▶ [TASK INSTRUCTIONS]:
All lines in the data that hold the word "IFCDIRECTION" need copying.

▶ [TASK INPUT]:
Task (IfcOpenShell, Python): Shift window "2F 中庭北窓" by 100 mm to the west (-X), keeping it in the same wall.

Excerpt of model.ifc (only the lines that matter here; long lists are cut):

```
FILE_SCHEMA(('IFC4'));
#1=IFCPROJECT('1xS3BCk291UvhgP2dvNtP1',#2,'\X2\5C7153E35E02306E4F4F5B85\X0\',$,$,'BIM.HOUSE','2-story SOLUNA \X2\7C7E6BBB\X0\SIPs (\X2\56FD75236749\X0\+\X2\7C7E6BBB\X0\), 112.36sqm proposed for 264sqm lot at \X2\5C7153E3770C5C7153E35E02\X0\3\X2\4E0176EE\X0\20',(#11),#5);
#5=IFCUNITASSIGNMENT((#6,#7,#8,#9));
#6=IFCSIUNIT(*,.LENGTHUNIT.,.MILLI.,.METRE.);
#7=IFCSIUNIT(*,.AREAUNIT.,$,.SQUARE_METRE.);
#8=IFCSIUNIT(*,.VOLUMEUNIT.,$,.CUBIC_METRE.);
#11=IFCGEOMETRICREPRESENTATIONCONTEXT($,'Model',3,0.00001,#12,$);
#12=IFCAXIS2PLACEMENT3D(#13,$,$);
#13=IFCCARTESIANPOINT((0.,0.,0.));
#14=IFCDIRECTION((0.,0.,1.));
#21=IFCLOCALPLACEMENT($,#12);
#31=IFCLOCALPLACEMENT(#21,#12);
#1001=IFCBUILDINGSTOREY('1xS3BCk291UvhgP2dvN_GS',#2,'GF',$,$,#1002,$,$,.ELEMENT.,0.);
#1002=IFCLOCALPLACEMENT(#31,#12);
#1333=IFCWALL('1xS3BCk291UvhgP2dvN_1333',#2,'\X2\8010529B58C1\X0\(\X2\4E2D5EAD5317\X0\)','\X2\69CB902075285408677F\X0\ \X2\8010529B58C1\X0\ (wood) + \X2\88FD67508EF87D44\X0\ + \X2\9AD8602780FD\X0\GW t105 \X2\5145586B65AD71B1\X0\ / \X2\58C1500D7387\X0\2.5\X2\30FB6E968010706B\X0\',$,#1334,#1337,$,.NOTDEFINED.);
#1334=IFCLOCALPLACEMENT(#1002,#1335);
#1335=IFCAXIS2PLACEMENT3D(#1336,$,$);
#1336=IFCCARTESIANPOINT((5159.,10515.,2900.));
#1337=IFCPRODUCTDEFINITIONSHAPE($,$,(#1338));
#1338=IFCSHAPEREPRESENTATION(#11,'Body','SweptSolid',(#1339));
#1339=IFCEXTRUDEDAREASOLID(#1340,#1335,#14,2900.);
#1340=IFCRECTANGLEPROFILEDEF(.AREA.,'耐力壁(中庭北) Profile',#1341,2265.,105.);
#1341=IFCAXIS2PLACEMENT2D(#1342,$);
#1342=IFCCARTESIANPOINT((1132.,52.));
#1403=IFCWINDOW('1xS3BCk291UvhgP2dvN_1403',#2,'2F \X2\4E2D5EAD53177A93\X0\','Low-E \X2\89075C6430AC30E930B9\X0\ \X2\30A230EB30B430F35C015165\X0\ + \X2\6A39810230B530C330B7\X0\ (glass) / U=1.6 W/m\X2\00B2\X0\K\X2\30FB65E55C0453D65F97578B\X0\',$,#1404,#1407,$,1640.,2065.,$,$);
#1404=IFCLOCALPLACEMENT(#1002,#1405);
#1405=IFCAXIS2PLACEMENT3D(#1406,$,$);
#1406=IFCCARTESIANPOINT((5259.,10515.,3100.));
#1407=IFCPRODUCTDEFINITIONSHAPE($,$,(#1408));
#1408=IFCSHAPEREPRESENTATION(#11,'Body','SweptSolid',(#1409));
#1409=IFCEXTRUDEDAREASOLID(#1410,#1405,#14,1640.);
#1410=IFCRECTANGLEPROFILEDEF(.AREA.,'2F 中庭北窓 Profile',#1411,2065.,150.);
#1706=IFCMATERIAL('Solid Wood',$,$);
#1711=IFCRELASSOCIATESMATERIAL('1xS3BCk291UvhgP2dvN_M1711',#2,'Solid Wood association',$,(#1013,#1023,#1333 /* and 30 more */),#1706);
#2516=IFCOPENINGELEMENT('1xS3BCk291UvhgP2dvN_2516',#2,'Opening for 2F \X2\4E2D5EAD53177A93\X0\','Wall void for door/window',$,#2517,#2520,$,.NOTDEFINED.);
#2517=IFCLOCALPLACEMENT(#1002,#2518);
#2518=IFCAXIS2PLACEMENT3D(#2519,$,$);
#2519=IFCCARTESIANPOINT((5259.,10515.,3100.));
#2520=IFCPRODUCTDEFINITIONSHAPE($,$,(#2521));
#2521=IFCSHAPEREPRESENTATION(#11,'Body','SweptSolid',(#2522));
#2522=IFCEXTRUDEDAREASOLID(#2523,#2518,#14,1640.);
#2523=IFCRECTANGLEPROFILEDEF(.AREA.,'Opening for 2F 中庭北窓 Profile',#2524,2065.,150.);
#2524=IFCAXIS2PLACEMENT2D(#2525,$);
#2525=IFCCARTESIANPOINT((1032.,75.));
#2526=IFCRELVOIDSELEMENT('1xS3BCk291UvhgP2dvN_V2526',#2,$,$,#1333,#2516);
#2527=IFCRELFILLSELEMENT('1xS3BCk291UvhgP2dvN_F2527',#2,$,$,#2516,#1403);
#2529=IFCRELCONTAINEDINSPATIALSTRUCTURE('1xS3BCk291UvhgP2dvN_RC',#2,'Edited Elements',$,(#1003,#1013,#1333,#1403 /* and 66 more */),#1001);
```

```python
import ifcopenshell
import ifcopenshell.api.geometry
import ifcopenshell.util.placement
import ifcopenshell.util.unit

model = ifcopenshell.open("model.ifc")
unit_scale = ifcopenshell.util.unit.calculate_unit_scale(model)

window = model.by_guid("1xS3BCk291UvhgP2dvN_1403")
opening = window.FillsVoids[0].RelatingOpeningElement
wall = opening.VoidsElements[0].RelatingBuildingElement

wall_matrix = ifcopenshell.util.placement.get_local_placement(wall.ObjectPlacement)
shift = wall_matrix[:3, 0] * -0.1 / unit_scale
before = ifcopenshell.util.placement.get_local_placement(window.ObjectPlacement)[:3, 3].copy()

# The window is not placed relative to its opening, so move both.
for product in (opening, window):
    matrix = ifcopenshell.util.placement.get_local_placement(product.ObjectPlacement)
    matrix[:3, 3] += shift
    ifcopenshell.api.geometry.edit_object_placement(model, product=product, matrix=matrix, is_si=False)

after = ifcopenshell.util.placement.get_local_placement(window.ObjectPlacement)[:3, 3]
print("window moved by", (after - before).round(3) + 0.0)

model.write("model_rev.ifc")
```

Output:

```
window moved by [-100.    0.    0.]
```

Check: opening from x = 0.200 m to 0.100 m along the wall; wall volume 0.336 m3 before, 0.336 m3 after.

--

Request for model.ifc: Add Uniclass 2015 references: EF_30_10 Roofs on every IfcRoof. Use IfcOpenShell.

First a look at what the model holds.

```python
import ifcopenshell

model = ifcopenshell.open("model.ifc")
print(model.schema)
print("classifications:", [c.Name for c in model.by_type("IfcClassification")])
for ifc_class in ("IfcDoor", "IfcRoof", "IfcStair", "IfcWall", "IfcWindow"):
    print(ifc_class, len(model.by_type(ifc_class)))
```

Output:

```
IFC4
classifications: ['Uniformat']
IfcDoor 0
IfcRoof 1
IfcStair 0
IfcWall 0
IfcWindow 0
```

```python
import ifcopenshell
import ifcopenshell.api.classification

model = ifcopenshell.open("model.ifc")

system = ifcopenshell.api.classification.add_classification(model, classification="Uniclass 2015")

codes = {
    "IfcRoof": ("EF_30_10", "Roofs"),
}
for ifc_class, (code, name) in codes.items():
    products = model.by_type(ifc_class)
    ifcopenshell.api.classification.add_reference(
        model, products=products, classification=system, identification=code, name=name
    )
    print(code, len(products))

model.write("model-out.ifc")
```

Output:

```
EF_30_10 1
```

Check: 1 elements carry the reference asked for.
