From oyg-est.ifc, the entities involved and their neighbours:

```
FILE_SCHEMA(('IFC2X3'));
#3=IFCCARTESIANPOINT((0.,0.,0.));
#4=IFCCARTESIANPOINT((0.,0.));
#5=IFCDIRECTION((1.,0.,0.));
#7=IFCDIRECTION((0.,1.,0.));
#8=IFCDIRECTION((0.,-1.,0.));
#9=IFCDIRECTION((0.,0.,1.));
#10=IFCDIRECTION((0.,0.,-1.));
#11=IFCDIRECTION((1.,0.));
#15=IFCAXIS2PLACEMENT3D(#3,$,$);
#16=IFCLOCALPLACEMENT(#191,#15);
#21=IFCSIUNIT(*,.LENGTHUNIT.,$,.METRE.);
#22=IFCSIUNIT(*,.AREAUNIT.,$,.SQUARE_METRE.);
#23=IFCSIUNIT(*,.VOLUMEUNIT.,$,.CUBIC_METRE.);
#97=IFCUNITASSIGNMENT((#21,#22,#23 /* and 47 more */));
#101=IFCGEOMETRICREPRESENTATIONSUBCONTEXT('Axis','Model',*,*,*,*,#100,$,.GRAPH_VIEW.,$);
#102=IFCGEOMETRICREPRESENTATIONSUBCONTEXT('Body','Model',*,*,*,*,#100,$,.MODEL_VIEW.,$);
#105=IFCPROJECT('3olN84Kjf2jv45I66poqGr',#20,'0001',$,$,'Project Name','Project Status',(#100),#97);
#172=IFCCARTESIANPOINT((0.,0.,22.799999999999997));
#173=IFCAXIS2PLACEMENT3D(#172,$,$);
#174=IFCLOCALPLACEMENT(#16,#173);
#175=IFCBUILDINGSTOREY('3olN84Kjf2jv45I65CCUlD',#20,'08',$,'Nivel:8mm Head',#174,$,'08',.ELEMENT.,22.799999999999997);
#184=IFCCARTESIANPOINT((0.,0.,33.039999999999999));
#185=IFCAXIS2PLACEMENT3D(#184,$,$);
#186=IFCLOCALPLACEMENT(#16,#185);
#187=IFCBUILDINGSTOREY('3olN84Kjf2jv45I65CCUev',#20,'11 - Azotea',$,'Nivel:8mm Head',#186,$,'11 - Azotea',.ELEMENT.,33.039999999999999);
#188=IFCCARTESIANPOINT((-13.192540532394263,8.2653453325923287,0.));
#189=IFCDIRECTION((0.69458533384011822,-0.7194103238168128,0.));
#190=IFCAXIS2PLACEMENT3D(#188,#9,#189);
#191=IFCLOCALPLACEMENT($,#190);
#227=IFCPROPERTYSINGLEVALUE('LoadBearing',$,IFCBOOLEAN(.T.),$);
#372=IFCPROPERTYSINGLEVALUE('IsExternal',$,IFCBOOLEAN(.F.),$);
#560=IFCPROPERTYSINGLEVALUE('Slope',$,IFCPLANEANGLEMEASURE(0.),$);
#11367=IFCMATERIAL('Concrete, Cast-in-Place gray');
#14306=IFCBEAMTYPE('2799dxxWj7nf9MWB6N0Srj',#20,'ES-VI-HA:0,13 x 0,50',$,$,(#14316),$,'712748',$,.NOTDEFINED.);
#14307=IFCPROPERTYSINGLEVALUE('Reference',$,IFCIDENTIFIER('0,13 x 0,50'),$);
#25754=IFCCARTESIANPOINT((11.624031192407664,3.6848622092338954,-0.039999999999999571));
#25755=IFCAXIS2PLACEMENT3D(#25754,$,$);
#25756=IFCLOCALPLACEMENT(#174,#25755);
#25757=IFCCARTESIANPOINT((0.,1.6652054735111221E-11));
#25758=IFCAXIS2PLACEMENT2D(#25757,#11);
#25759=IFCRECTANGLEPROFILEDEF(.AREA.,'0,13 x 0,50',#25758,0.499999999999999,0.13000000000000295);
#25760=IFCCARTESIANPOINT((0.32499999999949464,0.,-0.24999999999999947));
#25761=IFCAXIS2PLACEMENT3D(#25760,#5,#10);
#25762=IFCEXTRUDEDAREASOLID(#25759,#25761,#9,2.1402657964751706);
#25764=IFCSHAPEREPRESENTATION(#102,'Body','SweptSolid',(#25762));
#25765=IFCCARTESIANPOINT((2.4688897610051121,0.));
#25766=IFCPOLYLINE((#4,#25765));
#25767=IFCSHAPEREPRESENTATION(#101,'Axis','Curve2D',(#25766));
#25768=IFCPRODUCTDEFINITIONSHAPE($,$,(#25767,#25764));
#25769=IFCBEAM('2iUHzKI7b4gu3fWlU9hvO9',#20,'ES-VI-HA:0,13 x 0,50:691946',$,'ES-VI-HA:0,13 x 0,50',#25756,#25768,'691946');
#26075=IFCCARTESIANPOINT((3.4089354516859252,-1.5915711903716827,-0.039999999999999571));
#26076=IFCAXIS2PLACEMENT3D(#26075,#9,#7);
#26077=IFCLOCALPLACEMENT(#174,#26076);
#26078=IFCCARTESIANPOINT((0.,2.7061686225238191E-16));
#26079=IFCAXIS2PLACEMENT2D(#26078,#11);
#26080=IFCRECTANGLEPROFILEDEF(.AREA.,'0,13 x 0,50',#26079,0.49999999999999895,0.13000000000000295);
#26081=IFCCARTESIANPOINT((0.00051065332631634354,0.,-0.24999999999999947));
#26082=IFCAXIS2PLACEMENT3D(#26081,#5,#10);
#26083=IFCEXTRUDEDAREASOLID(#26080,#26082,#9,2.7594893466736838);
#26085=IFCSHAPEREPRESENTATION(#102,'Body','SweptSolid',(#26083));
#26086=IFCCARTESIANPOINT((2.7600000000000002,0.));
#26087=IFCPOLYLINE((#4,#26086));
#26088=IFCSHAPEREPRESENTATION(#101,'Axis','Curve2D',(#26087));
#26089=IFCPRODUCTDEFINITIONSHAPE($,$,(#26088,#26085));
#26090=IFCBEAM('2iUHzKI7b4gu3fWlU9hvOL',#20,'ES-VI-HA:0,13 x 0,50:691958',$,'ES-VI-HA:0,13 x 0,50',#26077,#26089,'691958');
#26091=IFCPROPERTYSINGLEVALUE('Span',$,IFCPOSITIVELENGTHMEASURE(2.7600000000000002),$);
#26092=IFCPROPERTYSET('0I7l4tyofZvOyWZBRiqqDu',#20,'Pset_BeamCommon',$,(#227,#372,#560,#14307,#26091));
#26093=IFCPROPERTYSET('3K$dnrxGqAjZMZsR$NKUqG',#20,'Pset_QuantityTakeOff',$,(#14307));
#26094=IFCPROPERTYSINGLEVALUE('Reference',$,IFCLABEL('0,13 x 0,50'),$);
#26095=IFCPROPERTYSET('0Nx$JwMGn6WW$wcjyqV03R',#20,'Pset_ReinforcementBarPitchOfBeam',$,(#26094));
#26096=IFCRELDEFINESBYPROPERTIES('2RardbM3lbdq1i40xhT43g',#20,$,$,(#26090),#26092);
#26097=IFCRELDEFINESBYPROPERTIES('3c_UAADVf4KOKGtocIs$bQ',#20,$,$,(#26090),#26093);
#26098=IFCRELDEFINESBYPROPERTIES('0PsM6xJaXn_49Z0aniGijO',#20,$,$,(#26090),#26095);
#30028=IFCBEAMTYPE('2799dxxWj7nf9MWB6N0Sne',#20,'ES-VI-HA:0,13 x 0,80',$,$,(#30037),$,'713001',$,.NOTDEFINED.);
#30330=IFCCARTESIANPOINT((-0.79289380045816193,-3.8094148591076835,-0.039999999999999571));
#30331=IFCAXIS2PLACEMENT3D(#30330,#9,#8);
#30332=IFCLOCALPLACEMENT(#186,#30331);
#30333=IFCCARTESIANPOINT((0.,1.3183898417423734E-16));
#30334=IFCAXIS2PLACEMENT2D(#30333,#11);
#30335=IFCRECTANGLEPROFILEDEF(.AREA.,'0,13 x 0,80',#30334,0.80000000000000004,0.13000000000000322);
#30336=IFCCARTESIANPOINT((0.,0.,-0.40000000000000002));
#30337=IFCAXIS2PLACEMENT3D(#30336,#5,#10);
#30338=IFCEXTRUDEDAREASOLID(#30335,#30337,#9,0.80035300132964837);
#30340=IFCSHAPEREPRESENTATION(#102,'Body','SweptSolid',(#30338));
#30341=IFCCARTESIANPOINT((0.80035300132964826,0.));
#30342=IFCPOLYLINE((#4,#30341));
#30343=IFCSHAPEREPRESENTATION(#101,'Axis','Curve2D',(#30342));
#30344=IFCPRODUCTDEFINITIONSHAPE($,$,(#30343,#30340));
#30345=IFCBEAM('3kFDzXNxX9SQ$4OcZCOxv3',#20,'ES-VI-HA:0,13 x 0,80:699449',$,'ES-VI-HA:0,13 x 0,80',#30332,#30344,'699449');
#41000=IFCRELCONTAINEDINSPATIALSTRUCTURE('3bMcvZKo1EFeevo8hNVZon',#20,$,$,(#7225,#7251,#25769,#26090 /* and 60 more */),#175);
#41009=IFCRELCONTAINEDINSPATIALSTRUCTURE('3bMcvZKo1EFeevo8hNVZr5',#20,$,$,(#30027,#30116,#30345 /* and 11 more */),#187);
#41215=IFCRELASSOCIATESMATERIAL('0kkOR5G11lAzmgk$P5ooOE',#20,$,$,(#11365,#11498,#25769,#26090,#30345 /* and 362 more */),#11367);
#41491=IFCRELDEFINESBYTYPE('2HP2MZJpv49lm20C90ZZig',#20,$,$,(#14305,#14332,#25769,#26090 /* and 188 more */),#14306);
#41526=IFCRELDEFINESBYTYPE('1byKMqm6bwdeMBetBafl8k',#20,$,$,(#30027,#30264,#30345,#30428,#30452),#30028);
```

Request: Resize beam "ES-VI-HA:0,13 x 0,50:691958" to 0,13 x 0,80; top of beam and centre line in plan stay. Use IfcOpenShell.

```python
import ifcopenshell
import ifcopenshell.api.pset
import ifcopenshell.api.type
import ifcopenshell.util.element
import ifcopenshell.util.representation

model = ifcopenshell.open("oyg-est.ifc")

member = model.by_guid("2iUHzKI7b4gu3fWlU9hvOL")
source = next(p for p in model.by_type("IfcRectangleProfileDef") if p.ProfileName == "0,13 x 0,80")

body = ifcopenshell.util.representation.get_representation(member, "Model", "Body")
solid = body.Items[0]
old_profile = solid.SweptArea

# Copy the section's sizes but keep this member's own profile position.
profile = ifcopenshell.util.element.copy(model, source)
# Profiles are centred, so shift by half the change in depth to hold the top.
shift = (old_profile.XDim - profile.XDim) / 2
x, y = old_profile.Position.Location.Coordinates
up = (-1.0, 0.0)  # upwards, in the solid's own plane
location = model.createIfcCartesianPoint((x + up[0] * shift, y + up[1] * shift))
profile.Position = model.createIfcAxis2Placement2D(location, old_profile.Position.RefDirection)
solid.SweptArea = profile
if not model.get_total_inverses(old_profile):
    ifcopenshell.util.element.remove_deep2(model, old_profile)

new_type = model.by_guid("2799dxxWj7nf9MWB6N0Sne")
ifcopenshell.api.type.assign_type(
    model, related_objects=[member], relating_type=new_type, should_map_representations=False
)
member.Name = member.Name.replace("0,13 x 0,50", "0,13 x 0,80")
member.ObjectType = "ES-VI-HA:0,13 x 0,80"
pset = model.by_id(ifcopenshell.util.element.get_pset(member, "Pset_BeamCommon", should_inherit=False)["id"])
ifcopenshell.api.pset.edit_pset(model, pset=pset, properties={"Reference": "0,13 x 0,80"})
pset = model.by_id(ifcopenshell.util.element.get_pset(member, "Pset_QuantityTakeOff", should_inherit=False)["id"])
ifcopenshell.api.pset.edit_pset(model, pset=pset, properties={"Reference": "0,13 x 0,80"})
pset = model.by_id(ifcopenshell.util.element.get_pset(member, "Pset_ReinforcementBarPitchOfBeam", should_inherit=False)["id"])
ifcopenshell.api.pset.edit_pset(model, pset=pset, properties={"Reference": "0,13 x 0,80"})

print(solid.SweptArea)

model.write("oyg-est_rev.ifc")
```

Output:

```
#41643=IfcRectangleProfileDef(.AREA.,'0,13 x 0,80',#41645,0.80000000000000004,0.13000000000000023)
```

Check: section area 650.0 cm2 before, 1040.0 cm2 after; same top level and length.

▶ [SOLUTION TO THIS TASK]:
#14=IFCDIRECTION((0.,0.,1.));
#5=IFCDIRECTION((1.,0.,0.));
#7=IFCDIRECTION((0.,1.,0.));
#8=IFCDIRECTION((0.,-1.,0.));
#9=IFCDIRECTION((0.,0.,1.));
#10=IFCDIRECTION((0.,0.,-1.));
#11=IFCDIRECTION((1.,0.));
#189=IFCDIRECTION((0.69458533384011822,-0.7194103238168128,0.));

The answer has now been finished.